--- Extracted records ---

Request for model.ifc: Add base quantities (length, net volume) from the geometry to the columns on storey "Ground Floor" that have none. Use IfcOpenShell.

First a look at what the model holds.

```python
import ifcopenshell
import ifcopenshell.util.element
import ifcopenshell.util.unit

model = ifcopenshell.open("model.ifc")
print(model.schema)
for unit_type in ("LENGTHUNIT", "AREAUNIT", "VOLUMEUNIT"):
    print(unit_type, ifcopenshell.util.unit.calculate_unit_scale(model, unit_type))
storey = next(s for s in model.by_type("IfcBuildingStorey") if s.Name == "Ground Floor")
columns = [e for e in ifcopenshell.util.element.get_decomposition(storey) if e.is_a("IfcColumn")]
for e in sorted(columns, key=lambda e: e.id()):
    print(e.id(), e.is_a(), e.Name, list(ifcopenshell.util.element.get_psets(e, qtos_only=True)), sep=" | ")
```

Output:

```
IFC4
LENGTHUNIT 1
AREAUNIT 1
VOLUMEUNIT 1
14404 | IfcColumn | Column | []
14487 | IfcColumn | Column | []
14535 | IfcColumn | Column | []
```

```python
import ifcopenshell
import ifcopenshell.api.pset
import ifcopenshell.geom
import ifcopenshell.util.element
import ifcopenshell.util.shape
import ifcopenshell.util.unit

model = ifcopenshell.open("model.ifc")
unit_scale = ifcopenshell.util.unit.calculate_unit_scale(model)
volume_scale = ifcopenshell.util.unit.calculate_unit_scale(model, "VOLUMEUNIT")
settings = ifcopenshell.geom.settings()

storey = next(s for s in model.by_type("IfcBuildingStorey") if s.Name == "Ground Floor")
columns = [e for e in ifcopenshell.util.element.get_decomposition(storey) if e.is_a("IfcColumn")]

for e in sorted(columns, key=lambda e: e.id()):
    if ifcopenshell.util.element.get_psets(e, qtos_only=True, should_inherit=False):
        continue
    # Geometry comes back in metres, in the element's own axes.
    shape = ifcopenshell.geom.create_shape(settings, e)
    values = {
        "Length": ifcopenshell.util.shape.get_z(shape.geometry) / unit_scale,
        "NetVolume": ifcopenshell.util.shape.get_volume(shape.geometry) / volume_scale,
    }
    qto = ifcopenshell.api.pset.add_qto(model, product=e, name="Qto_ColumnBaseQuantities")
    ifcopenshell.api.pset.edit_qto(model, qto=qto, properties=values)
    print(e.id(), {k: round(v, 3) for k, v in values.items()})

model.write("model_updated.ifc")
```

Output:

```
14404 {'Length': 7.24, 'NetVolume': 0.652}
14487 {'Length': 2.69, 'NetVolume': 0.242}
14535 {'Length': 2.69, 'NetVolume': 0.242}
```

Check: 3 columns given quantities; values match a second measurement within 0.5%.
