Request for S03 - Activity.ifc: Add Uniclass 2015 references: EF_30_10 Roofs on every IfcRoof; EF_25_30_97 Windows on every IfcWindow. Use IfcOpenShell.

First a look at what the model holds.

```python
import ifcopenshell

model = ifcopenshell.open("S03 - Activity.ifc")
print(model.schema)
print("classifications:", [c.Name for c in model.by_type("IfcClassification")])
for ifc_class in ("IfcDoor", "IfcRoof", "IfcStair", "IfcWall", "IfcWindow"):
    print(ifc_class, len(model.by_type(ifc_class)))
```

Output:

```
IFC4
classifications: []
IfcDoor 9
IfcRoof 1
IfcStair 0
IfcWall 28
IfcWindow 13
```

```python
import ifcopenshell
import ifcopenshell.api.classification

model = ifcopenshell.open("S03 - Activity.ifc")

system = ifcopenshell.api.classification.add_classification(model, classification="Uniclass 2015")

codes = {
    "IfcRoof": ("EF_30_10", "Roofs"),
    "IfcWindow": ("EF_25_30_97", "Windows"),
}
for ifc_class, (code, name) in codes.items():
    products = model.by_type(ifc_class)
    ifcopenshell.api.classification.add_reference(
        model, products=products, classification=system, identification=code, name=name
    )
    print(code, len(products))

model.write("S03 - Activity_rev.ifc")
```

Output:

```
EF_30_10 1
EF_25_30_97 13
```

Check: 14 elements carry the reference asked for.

---
--- Extracted records ---

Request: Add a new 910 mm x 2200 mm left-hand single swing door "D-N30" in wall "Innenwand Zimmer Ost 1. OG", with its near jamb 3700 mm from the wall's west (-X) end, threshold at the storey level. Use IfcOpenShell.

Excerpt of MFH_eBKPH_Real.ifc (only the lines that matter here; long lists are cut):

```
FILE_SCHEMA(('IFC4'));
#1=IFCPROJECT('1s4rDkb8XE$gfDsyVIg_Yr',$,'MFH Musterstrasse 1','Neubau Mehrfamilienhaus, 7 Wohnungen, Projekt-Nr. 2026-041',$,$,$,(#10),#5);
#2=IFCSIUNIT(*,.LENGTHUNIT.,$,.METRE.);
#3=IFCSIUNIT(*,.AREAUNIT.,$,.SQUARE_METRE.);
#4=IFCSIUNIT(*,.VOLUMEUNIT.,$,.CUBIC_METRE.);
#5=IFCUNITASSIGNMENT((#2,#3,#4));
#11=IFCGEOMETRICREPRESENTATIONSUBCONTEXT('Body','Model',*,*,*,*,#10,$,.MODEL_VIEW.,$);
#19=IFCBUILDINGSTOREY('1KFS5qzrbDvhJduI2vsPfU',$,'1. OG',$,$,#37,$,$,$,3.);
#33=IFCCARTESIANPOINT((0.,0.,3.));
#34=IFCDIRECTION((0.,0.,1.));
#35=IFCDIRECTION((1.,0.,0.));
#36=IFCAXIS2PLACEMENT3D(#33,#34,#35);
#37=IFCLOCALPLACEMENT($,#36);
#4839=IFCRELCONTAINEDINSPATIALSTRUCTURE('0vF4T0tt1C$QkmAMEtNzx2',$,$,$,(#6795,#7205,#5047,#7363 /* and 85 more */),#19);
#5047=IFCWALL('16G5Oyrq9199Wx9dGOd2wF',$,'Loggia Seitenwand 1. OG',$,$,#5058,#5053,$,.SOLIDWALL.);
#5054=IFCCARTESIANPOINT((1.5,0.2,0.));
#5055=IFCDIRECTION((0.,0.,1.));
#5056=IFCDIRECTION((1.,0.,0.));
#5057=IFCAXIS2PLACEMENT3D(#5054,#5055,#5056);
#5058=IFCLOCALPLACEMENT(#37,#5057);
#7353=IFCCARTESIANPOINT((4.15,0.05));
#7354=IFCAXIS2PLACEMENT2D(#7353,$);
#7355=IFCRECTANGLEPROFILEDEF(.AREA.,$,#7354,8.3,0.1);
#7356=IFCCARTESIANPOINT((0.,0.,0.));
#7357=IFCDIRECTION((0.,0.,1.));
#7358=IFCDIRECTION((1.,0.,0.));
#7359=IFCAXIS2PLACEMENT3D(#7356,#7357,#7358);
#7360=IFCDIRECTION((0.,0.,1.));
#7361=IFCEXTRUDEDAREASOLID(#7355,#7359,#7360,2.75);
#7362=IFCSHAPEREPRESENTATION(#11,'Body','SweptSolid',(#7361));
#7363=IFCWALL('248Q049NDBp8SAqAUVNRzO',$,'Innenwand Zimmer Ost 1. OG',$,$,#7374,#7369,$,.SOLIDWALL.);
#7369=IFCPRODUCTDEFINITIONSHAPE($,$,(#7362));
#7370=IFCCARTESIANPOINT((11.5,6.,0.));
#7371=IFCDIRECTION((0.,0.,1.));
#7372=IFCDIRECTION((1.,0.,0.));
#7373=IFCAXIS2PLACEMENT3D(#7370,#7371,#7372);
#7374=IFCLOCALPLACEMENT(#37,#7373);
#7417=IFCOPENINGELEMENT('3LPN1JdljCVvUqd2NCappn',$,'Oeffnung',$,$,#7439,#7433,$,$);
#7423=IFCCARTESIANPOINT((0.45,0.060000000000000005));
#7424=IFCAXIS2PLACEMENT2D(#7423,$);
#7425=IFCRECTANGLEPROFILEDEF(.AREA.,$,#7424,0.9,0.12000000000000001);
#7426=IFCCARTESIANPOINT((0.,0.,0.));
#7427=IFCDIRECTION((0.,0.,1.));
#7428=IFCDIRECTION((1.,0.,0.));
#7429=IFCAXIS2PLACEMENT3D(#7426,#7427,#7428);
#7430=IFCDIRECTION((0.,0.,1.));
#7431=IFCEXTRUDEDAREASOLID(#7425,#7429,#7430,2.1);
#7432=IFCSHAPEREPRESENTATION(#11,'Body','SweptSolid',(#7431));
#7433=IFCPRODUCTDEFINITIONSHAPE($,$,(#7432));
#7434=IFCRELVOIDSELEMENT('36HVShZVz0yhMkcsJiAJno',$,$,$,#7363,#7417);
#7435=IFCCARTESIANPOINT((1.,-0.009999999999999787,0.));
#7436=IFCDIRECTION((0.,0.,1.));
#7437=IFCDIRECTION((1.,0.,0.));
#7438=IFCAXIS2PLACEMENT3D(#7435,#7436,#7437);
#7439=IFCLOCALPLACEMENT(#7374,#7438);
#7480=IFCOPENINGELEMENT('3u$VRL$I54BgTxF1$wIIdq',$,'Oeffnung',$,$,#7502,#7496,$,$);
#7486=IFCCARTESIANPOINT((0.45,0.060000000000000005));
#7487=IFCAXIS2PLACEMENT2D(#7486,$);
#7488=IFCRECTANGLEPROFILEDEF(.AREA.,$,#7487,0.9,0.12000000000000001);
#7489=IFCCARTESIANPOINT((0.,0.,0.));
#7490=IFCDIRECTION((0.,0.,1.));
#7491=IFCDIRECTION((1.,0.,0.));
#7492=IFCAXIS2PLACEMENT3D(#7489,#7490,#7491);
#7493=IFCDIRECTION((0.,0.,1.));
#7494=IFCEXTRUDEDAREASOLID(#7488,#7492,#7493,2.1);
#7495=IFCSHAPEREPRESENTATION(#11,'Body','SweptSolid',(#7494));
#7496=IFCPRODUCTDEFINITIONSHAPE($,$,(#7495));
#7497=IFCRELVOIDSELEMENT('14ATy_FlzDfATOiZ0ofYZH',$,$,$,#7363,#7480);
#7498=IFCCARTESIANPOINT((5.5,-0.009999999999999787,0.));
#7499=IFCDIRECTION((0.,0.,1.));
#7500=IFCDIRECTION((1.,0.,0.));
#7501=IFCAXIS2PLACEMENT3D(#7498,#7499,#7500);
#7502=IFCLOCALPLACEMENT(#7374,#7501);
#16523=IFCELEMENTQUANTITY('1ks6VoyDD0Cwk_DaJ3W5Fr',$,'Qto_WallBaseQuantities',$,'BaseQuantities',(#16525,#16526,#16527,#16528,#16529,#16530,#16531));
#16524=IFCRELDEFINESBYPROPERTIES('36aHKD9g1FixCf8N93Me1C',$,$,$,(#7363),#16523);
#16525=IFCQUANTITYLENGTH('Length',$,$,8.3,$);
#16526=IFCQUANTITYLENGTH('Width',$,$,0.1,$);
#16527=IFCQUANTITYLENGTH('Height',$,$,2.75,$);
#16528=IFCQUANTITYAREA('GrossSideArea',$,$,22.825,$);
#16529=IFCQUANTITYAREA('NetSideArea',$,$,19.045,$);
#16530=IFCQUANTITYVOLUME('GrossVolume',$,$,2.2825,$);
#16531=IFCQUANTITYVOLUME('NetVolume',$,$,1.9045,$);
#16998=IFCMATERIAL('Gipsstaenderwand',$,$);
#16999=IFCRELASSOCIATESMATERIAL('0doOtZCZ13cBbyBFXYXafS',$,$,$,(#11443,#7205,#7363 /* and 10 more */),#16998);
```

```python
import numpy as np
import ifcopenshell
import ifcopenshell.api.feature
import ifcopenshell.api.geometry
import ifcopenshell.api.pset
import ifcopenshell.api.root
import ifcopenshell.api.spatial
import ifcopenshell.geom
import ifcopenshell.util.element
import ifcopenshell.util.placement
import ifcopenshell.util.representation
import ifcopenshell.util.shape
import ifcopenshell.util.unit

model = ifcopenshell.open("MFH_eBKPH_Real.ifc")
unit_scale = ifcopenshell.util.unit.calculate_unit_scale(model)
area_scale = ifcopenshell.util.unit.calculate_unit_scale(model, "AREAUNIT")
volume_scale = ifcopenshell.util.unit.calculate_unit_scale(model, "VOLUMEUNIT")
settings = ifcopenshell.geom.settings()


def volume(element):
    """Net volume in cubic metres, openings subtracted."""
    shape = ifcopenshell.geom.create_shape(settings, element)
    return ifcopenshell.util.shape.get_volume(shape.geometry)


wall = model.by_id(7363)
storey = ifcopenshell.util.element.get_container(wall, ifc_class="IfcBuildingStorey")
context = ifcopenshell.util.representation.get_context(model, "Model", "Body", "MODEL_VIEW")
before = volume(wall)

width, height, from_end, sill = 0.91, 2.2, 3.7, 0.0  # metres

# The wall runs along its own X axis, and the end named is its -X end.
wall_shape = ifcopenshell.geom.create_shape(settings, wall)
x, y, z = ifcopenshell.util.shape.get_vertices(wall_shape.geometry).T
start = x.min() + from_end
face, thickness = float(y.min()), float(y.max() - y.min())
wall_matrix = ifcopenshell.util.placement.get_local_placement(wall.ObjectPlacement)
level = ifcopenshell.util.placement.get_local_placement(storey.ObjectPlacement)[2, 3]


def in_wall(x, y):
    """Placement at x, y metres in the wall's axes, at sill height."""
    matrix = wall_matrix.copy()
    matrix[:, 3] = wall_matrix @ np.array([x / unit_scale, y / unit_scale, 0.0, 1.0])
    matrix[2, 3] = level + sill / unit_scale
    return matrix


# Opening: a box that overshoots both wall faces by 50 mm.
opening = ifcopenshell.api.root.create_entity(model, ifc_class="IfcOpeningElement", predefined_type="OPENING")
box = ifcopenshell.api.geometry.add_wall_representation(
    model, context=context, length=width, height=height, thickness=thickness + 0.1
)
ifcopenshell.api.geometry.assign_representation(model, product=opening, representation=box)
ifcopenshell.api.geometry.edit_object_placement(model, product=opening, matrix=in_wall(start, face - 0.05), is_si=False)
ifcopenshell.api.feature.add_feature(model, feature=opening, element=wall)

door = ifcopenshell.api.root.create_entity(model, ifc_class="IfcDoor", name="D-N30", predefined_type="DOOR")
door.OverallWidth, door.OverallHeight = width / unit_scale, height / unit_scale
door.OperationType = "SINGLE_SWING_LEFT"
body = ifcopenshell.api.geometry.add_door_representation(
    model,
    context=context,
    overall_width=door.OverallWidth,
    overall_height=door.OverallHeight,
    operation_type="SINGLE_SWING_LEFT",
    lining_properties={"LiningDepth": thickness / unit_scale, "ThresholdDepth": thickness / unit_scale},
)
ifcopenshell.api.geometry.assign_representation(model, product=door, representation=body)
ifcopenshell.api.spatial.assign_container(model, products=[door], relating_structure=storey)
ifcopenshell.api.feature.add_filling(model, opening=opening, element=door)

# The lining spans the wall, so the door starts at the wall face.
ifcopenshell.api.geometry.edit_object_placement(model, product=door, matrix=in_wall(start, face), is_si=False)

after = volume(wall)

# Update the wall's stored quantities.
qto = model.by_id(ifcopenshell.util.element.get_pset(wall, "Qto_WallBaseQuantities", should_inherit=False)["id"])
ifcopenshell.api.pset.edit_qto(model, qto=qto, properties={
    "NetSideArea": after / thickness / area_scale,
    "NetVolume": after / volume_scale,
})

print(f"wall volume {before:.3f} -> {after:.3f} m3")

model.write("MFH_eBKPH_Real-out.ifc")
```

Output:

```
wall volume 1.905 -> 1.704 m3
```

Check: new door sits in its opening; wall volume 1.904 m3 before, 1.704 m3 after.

---
--- Extracted records ---

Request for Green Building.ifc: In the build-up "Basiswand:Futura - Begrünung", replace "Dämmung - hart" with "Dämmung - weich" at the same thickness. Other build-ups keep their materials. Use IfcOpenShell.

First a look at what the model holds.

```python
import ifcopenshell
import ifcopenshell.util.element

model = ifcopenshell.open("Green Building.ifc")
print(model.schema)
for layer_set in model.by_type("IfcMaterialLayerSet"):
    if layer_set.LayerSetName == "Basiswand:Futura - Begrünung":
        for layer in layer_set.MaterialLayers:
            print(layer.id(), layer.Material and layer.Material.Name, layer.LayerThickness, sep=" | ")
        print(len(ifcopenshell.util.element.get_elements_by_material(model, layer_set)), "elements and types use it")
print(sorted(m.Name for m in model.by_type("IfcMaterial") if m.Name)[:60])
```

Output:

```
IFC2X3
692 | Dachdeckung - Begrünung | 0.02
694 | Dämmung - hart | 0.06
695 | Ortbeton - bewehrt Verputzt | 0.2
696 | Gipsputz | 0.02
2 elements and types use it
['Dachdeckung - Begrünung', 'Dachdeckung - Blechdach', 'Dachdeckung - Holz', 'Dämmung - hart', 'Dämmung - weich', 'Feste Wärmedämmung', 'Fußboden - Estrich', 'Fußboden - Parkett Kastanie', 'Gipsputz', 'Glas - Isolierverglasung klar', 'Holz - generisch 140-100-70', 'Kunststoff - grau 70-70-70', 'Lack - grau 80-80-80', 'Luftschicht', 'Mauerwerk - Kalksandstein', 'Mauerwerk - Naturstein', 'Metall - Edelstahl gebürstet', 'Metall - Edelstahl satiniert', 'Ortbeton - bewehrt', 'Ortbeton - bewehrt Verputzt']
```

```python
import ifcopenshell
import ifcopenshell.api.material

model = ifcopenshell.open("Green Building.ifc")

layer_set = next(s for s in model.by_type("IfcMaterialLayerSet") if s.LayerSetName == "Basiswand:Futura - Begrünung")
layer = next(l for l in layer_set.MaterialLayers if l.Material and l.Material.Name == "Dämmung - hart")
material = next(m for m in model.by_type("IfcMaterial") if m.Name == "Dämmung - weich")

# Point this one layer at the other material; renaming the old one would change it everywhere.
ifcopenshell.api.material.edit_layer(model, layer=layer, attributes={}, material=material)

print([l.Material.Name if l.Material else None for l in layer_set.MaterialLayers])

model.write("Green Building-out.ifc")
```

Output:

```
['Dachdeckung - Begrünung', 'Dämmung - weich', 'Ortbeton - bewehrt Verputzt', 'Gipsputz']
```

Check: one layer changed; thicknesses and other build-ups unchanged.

---

Every line holding the word "Zimmer" should be copied out of the records above.

Task response:
Request: Add a new 910 mm x 2200 mm left-hand single swing door "D-N30" in wall "Innenwand Zimmer Ost 1. OG", with its near jamb 3700 mm from the wall's west (-X) end, threshold at the storey level. Use IfcOpenShell.
#7363=IFCWALL('248Q049NDBp8SAqAUVNRzO',$,'Innenwand Zimmer Ost 1. OG',$,$,#7374,#7369,$,.SOLIDWALL.);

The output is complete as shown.